*** Begin section ***

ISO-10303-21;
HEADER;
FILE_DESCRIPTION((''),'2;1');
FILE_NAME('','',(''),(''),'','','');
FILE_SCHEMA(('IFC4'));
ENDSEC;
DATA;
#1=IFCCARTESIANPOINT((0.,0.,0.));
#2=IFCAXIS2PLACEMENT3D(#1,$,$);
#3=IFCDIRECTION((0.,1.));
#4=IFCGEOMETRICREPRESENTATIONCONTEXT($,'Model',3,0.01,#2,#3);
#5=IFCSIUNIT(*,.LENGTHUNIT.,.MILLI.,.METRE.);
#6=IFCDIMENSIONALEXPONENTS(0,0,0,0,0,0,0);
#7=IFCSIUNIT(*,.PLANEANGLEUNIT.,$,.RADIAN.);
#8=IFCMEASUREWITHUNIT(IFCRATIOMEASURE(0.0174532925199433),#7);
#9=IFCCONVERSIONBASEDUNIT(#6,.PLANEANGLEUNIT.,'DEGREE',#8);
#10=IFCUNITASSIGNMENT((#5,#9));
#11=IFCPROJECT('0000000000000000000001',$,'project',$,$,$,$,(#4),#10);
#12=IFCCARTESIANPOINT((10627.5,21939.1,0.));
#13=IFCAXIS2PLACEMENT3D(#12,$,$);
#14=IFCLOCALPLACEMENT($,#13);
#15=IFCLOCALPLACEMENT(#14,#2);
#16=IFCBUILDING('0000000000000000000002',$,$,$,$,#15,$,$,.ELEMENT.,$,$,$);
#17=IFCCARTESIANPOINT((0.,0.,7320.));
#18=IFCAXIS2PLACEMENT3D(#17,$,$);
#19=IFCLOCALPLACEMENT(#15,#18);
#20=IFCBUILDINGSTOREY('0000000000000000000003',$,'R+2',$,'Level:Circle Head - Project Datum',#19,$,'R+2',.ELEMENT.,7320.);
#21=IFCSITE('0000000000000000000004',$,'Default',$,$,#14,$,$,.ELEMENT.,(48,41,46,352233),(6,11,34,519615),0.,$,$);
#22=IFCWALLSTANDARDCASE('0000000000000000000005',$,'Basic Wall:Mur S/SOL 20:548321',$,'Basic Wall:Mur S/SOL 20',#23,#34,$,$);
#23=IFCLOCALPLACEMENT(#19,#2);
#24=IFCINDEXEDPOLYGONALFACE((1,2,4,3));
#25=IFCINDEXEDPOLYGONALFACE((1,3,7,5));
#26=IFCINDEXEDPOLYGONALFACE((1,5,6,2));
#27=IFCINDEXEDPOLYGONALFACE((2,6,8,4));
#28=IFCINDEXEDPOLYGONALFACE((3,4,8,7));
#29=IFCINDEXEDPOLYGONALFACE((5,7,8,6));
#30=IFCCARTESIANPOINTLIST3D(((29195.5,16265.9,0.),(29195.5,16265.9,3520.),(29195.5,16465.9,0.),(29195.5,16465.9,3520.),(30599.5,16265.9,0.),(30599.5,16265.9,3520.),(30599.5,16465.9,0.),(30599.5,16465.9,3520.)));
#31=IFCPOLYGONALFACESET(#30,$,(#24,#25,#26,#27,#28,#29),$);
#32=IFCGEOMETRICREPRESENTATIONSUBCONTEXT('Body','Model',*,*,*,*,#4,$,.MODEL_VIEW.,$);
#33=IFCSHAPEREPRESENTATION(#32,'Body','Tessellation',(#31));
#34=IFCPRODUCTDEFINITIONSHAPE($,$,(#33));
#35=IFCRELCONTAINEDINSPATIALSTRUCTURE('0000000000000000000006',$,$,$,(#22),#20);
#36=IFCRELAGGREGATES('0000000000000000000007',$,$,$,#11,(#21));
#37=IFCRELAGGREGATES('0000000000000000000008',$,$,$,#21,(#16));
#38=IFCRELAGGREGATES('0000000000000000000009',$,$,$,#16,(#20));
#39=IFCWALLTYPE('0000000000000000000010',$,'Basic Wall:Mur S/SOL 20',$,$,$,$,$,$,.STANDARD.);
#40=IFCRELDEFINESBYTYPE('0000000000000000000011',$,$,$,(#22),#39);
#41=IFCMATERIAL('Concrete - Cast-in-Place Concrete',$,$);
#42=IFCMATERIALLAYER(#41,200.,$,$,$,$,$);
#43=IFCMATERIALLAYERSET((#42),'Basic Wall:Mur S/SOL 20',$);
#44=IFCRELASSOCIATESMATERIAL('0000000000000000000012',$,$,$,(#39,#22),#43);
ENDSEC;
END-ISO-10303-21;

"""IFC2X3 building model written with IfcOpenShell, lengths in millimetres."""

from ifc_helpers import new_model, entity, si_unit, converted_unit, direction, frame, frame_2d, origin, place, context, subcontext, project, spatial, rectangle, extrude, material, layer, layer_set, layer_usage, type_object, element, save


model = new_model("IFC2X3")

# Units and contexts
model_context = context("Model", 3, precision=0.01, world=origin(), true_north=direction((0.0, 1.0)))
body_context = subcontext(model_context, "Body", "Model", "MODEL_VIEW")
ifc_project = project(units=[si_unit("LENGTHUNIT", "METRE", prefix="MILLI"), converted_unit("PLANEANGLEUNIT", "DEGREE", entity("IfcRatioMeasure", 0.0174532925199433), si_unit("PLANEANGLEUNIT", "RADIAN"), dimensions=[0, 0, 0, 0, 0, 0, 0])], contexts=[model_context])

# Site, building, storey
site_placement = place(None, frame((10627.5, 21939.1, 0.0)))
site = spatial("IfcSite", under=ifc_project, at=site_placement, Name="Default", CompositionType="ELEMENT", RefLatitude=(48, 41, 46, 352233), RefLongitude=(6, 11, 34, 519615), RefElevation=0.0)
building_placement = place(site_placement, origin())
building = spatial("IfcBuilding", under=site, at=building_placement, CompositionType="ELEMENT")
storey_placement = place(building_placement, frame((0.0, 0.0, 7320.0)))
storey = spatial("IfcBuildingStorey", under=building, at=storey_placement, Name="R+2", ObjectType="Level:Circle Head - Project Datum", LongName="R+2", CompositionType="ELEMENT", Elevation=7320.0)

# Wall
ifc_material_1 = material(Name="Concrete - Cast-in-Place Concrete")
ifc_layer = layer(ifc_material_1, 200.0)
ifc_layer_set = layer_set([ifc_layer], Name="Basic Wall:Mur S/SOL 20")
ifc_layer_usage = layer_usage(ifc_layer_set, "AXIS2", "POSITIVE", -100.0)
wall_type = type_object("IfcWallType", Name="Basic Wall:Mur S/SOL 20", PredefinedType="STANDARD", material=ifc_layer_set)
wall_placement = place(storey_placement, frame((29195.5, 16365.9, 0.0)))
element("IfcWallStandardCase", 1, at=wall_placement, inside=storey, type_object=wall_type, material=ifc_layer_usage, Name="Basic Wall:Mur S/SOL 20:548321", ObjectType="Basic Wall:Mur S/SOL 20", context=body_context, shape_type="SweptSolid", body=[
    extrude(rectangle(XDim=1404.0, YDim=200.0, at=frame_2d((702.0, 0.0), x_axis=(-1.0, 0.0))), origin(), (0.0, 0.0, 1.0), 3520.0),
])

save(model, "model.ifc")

*** End section ***
*** Begin section ***

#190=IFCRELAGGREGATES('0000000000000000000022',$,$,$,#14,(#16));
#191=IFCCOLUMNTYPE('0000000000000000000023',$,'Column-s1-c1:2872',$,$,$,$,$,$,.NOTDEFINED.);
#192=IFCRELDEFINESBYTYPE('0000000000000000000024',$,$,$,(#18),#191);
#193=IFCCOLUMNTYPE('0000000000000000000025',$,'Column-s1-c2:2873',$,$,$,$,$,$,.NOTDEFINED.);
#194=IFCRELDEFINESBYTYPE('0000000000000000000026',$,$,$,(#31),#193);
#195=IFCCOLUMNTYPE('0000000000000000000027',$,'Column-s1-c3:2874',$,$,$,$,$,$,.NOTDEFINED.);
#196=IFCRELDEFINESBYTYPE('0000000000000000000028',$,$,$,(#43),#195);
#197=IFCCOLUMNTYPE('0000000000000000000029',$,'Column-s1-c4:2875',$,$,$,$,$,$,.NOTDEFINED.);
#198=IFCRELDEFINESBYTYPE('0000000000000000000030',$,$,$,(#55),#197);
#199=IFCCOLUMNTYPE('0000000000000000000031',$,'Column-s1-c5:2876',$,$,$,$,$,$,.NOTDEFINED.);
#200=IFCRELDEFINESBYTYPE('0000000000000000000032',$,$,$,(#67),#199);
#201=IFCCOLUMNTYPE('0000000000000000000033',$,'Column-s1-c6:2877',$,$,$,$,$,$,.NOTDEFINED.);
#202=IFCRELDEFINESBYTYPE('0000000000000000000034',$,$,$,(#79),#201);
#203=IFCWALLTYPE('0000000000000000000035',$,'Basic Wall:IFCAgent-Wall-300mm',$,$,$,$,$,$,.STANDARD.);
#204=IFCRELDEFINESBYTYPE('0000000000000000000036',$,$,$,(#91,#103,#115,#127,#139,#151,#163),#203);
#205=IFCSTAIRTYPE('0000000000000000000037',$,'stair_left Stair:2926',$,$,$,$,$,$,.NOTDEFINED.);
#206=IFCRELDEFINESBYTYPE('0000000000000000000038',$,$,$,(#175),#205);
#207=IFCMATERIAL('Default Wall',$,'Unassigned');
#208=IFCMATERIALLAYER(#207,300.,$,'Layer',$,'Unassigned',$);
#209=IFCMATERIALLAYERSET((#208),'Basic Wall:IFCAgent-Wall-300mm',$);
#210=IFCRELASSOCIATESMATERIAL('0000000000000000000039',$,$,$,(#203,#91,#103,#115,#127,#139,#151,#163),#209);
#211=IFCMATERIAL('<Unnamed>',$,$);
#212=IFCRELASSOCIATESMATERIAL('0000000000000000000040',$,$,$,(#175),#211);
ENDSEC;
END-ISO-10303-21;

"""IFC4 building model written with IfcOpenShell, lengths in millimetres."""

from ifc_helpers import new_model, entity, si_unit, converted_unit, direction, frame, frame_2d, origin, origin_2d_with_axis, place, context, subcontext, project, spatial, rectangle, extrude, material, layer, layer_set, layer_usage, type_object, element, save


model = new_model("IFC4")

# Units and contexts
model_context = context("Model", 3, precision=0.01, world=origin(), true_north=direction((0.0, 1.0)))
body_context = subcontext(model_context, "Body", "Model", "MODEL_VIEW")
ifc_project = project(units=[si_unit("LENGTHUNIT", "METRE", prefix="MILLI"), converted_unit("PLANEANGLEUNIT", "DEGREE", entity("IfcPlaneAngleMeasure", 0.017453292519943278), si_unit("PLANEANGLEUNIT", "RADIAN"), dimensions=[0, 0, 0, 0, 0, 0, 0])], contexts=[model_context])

*** End section ***

### What you should do:
Where does the word "IFCCOLUMNTYPE" appear in the listing? List each line that holds it.

### Expected answer:
#191=IFCCOLUMNTYPE('0000000000000000000023',$,'Column-s1-c1:2872',$,$,$,$,$,$,.NOTDEFINED.);
#193=IFCCOLUMNTYPE('0000000000000000000025',$,'Column-s1-c2:2873',$,$,$,$,$,$,.NOTDEFINED.);
#195=IFCCOLUMNTYPE('0000000000000000000027',$,'Column-s1-c3:2874',$,$,$,$,$,$,.NOTDEFINED.);
#197=IFCCOLUMNTYPE('0000000000000000000029',$,'Column-s1-c4:2875',$,$,$,$,$,$,.NOTDEFINED.);
#199=IFCCOLUMNTYPE('0000000000000000000031',$,'Column-s1-c5:2876',$,$,$,$,$,$,.NOTDEFINED.);
#201=IFCCOLUMNTYPE('0000000000000000000033',$,'Column-s1-c6:2877',$,$,$,$,$,$,.NOTDEFINED.);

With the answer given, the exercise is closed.